Зина сжала мою руку, ее ладонь была горячей. Сухой и очень горячей.
– Все будет о’кей, – прошептал я, наклонившись к ней.
– Я знаю, – тихо ответила она.
Нас втолкнули за колючую проволоку. Жирный мужик в нательной майке, бледный и дряблый, как сырое тесто, взглянул на Зину, зло пробормотал:
– Оборзел совсем, детей хватает, сука…
– Не посмеет, гад, – отозвался его сосед, мрачный, похожий на монаха, старик. – Не посмеет…
Некоторые лица казались мне знакомыми. Я признал крикливого депутата от какой-то патриотической партии – этот, я помню, призывал вернуть в состав России Финляндию, выдвинув ей ультиматум ядерного удара. Узнал я и некогда знаменитого (и вполне приличного) режиссера, трансформировавшегося в политика, тоже знаменитого, но, увы, совсем неприличного. Рядом с ним стоял телевизионный начальник, с вертевшейся на языке немецкой фамилией, то ли Шульц, то ли Фальк. Этот вконец обрюзг и напоминал спившегося купидона.

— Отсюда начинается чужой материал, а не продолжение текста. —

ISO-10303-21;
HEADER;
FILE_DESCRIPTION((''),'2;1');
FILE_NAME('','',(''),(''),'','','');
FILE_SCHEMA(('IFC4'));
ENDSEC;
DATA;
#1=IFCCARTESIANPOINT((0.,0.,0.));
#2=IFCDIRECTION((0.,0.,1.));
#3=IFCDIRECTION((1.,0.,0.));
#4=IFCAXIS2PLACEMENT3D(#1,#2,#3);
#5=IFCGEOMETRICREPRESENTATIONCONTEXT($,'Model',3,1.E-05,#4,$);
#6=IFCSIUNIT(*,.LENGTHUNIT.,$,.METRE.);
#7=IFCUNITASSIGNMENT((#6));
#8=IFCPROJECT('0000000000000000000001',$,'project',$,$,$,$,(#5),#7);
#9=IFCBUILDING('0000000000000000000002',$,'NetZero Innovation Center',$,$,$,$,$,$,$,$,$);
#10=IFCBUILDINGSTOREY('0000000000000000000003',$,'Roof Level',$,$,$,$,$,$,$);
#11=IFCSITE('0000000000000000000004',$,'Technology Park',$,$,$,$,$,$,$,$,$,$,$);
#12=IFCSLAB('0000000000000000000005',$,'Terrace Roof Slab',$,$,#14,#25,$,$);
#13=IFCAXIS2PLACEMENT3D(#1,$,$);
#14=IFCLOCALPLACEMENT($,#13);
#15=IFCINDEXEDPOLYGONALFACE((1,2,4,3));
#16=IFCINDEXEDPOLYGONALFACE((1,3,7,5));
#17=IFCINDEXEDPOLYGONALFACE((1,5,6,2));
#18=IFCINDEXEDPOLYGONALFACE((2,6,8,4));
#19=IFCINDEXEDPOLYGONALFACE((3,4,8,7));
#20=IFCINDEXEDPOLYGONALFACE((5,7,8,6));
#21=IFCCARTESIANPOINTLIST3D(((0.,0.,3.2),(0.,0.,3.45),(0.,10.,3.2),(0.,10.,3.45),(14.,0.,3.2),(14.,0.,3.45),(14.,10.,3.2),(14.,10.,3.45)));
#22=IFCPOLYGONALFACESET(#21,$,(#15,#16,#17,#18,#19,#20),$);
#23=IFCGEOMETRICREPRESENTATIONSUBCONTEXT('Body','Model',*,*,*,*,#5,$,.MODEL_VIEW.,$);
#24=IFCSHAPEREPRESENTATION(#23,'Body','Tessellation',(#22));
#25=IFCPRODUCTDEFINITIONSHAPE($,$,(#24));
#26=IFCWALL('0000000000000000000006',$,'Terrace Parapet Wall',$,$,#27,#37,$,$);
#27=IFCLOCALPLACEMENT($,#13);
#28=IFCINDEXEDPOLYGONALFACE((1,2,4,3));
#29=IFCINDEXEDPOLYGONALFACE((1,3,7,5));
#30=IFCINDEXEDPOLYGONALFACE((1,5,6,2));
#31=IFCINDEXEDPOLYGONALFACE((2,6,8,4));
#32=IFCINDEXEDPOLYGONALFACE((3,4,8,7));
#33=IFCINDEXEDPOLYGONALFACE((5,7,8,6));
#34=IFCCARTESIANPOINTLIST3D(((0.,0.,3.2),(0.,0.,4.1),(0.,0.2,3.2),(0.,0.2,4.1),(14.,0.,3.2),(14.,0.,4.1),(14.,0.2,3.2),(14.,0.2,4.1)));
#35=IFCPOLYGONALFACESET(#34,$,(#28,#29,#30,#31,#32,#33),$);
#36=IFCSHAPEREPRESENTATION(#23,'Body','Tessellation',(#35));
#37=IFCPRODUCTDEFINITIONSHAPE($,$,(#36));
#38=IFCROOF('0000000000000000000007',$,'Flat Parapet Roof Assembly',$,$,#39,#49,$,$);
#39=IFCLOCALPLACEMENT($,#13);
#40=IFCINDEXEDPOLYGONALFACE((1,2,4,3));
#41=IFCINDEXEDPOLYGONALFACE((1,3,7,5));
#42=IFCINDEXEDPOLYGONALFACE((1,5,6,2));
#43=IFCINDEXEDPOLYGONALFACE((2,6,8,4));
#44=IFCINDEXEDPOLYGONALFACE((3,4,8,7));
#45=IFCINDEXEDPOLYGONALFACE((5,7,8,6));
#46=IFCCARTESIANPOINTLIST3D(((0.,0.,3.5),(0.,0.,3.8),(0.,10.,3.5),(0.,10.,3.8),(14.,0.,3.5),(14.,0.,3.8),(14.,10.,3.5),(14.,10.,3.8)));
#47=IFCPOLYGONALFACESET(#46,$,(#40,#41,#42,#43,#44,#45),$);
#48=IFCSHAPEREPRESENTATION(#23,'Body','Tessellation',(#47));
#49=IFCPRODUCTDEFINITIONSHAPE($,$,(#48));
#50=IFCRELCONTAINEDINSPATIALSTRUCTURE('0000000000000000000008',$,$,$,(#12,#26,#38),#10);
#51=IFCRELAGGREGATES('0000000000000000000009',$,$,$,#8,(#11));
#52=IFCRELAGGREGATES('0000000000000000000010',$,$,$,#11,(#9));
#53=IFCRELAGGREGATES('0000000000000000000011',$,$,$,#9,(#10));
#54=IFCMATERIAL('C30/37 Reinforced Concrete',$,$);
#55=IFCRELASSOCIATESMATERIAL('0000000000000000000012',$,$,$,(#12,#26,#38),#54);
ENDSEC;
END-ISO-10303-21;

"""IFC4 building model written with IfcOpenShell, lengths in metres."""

from ifc_helpers import new_model, si_unit, frame, origin_with_axes, place, context, subcontext, project, spatial, indexed_curve, outline, extrude, material, element, save


model = new_model("IFC4")

# Units and contexts
model_context = context("Model", 3, precision=1e-05, world=origin_with_axes())
body_context = subcontext(model_context, "Body", "Model", "MODEL_VIEW")
ifc_project = project(units=[si_unit("LENGTHUNIT", "METRE")], contexts=[model_context])

# Site, building, storey
site = spatial("IfcSite", under=ifc_project, Name="Technology Park")
building = spatial("IfcBuilding", under=site, Name="NetZero Innovation Center")
storey = spatial("IfcBuildingStorey", under=building, Name="Roof Level")

# Slab
ifc_material = material(Name="C30/37 Reinforced Concrete")
slab_placement = place(None, frame((0.0, 0.0, 3.2), z_axis=(0.0, 0.0, 1.0), x_axis=(1.0, 0.0, 0.0)))
element("IfcSlab", 1, at=slab_placement, inside=storey, material=ifc_material, Name="Terrace Roof Slab", context=body_context, shape_type="SweptSolid", body=[
    extrude(outline(indexed_curve([(0.0, 0.0), (14.0, 0.0), (14.0, 10.0), (0.0, 10.0), (0.0, 0.0)])), None, (0.0, 0.0, 1.0), 0.25),
])

# Wall
wall_placement = place(None, frame((0.0, 0.0, 3.2), z_axis=(0.0, 0.0, 1.0), x_axis=(1.0, 0.0, 0.0)))
element("IfcWall", 2, at=wall_placement, inside=storey, material=ifc_material, Name="Terrace Parapet Wall", context=body_context, shape_type="SweptSolid", body=[
    extrude(outline(indexed_curve([(0.0, 0.0), (0.0, 0.2), (14.0, 0.2), (14.0, 0.0), (0.0, 0.0)], self_intersect=False)), origin_with_axes(), (0.0, 0.0, 1.0), 0.9),
])

# Roof
roof_placement = place(None, frame((0.0, 0.0, 3.5), z_axis=(0.0, 0.0, 1.0), x_axis=(1.0, 0.0, 0.0)))
element("IfcRoof", 3, at=roof_placement, inside=storey, material=ifc_material, Name="Flat Parapet Roof Assembly", context=body_context, shape_type="SweptSolid", body=[
    extrude(outline(indexed_curve([(0.0, 0.0), (14.0, 0.0), (14.0, 10.0), (0.0, 10.0), (0.0, 0.0)])), origin_with_axes(), (0.0, 0.0, 1.0), 0.3),
])

save(model, "model.ifc")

Последний раз я был в Манеже лет сто назад, в той, прошлой, жизни. Выставляли Глазунова. Помню большие полотна с плоскими лицами и кукольными глазами, все – Пушкин и князь Игорь, Индира Ганди и Раскольников – все были похожи друг на друга, как родня в глухой деревне, склонной к инцесту. Беспомощный рисунок и дрянная живопись грязноватого колорита выдавались за «возврат к традициям русской иконописи». Гвоздем выставки стала здоровенная картина, похожая на увеличенную стократ школьную фотографию. Фотографию класса. На переднем плане в несколько рядов стояли картонные персонажи – святые, срисованные с икон, князья, тоже плоские, как иконы. За ними толпились знаменитости: робкой кучкой жались писатели, их вел хмурый Достоевский, по неясной причине к литераторам прибился расстрелянный комиссарами юный царевич в непременной матроске и со свечой в руке. Дальше пер винегрет из композиторов, царей и цариц. Шаляпин и Сомов, срисованные с известных портретов, оказались рядом и одинаковым наклоном головы напоминали дуэт лукавых куплетистов. Гигантский и синий, как утопленник, Лев Толстой вылезал сбоку и грозил кому-то пальцем, на шее писателя висела табличка «Непротивление». Горизонт художник Глазунов одолжил у Иеронима Босха – на горизонте в адском огне пылал Кремль, Василий Блаженный, какие-то еще соборы и церкви. Оттуда, из багрового пламени, в удалых санях, запряженных тройкой худосочных палехских коней, выезжали лихие большевики: развеселый усач – должно быть Сталин, злой Троцкий и неизвестный гармонист. Центром композиции было распятие, а в левом углу рыдала голая женщина, розовая, как ветчина, рыхлая и скверно нарисованная.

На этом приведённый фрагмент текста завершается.